Ailenin avukatı Bay Nikbakht, Bayan Amini’nin davasında kimsenin tutuklanmadığını çünkü adli tabibin ailesinin ve doktorların onun kafatasının alt kısmına alınan bir darbe sonucu öldürüldüğü yönündeki iddialarını reddettiğini söyledi.

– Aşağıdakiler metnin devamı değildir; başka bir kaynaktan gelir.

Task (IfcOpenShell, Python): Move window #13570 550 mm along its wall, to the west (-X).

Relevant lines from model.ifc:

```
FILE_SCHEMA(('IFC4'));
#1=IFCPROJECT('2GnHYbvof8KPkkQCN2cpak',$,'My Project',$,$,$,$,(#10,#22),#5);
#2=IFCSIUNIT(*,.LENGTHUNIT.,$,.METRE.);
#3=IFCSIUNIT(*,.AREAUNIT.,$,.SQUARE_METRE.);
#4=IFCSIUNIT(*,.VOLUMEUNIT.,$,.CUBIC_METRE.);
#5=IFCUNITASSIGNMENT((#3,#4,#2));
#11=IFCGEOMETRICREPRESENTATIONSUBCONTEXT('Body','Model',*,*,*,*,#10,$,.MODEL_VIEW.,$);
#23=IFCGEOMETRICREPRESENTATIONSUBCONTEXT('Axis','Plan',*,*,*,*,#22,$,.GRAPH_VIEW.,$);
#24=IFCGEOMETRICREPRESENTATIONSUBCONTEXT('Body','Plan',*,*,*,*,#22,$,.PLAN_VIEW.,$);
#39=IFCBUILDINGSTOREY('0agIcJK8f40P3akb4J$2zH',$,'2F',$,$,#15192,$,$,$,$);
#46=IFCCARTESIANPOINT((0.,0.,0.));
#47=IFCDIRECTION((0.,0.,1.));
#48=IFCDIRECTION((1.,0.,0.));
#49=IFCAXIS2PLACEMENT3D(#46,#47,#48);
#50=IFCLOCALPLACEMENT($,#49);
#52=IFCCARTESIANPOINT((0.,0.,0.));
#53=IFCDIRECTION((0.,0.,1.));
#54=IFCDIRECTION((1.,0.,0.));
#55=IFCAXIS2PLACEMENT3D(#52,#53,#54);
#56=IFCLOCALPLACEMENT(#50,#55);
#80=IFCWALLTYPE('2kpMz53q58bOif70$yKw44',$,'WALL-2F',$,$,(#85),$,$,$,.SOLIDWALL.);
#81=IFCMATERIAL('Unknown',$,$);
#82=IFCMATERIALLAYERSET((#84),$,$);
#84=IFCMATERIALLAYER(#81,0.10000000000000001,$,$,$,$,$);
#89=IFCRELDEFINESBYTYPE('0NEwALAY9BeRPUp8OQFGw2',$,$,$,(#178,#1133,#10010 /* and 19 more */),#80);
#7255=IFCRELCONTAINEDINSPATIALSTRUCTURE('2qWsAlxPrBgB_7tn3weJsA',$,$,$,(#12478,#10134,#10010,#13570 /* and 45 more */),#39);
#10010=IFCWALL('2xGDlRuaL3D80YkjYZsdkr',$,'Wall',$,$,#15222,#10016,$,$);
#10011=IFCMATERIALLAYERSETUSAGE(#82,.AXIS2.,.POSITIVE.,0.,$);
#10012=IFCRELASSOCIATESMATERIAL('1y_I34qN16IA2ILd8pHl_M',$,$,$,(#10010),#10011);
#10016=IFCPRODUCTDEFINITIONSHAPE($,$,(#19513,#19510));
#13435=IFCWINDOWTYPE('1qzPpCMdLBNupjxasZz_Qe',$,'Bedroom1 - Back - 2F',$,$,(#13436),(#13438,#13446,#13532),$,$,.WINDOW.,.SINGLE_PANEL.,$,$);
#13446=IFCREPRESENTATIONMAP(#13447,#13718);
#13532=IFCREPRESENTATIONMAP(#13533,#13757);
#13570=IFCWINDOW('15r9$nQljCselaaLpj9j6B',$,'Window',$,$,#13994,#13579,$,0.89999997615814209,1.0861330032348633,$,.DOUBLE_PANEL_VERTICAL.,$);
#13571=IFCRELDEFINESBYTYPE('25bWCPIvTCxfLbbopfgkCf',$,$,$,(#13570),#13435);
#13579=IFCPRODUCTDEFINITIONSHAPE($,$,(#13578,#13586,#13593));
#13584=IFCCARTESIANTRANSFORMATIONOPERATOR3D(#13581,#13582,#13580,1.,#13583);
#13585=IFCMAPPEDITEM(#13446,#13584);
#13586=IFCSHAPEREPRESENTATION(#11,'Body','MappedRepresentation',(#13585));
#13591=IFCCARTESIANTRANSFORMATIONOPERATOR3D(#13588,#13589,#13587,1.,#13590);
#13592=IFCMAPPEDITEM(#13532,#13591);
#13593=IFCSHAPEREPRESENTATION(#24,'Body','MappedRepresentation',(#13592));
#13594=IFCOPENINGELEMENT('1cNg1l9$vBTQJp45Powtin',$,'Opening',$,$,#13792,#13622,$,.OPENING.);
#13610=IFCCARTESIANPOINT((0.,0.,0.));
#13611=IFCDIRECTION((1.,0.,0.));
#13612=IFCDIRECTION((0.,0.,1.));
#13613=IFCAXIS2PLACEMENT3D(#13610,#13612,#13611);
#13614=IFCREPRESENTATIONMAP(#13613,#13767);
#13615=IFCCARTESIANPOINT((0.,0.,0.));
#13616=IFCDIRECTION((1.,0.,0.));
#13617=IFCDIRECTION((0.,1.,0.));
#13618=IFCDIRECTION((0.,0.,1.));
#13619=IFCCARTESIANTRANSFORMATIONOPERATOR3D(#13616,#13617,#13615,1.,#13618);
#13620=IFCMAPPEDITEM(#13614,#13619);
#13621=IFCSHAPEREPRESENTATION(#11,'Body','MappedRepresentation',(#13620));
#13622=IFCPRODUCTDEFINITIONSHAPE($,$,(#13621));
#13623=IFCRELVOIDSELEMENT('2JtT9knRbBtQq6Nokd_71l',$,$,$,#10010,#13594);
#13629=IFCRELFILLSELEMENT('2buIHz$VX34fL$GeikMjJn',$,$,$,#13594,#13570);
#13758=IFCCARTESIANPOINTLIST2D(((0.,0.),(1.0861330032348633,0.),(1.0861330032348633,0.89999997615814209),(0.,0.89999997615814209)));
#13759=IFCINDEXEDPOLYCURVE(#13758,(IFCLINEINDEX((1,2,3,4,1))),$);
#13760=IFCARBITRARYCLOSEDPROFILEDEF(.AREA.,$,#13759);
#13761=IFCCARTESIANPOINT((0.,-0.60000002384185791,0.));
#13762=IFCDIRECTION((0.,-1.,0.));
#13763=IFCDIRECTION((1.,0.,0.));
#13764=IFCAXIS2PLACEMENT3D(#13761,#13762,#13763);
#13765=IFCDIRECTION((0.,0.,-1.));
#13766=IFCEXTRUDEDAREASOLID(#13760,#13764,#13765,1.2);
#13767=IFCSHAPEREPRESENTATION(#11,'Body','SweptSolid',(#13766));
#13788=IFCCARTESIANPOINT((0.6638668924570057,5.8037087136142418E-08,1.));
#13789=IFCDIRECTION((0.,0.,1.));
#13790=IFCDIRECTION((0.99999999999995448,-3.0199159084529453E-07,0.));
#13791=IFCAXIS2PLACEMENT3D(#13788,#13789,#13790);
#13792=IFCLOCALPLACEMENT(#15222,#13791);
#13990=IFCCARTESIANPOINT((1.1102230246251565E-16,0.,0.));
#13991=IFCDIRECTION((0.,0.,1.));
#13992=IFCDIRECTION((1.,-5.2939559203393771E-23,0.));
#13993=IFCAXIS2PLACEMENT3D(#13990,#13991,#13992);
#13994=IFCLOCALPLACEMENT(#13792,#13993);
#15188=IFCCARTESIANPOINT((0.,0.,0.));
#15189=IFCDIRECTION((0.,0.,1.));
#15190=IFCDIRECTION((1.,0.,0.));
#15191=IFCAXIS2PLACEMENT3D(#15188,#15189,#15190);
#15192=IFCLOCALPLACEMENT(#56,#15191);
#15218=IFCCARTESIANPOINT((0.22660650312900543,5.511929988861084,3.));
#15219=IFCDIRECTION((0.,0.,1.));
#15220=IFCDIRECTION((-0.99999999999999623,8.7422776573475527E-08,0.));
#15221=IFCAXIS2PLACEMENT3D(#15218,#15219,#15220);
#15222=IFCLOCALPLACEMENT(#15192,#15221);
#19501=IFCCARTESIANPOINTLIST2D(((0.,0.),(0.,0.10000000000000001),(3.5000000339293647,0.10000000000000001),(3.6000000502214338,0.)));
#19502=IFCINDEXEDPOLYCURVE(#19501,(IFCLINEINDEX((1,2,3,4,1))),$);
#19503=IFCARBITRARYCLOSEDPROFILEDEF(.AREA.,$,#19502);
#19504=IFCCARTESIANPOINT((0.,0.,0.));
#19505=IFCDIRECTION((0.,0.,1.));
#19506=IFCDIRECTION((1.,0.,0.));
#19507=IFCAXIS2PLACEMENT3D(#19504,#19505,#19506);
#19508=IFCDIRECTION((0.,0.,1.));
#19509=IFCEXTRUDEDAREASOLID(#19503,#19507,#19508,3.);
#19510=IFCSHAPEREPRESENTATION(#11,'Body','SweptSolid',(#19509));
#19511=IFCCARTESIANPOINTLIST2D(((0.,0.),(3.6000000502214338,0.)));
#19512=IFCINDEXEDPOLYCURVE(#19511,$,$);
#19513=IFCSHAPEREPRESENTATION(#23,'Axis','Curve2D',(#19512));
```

```python
import ifcopenshell
import ifcopenshell.api.geometry
import ifcopenshell.util.placement
import ifcopenshell.util.unit

model = ifcopenshell.open("model.ifc")
unit_scale = ifcopenshell.util.unit.calculate_unit_scale(model)

window = model.by_guid("15r9$nQljCselaaLpj9j6B")
opening = window.FillsVoids[0].RelatingOpeningElement
wall = opening.VoidsElements[0].RelatingBuildingElement

wall_matrix = ifcopenshell.util.placement.get_local_placement(wall.ObjectPlacement)
shift = wall_matrix[:3, 0] * 0.55 / unit_scale
before = ifcopenshell.util.placement.get_local_placement(window.ObjectPlacement)[:3, 3].copy()

# The window is placed relative to its opening, so it follows when the opening moves.
matrix = ifcopenshell.util.placement.get_local_placement(opening.ObjectPlacement)
matrix[:3, 3] += shift
ifcopenshell.api.geometry.edit_object_placement(
    model, product=opening, matrix=matrix, is_si=False, should_transform_children=True
)

after = ifcopenshell.util.placement.get_local_placement(window.ObjectPlacement)[:3, 3]
print("window moved by", (after - before).round(3) + 0.0)

model.write("model_updated.ifc")
```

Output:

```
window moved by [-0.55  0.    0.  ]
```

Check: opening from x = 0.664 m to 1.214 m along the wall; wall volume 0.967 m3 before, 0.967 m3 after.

ABD Temsilciler Meclisi geçtiğimiz günlerde İran’ı ve liderlerini insan hakları ihlallerinden dolayı cezalandırmayı ve ülkenin askeri teçhizat ithalat ve ihracatını kısıtlamayı amaçlayan bir yaptırım paketi olan Mahsa Yasasını ezici bir çoğunlukla kabul etti. olup olmadığı belli değil Senato, Washington ve İran’ın gerilimi hafifletmeye yönelik adımlar atıp atmadığını değerlendirecek.
Bayan Amini’yi ölümünden sonraki yıl onurlandırmak için Cumartesi günü Washington, New York, Londra ve Sidney dahil olmak üzere dünya çapında 50’den fazla şehirde protestolar yapılması planlanıyor.
Amini ailesinin üyeleri için bu yıl dönümü bir miktar teselli sağlıyor çünkü kızlarının ölümü İranlıları değişim için çabalamaya itti. Ama aynı zamanda acıyı ve pişmanlığı da beraberinde getirir.
O hafta Eylül ayında Bayan Amini’nin teyzesini ziyaret etmek ve mağazaya kıyafet almak için Tahran’a gitmişlerdi. Amcası, Hazar Denizi’nde bir hafta geçirdikten sonra Bayan Amini’nin Tahran gezisini atlayıp eve uçup uçamayacaklarını sorduğunu söyledi.
Babası, “Ailenin reisi olarak kendimi asla affetmeyeceğim çünkü Tahran’a gitmemiz konusunda ısrar eden bendim” dedi.
Leily Nikounazarraporlamaya katkıda bulunmuştur.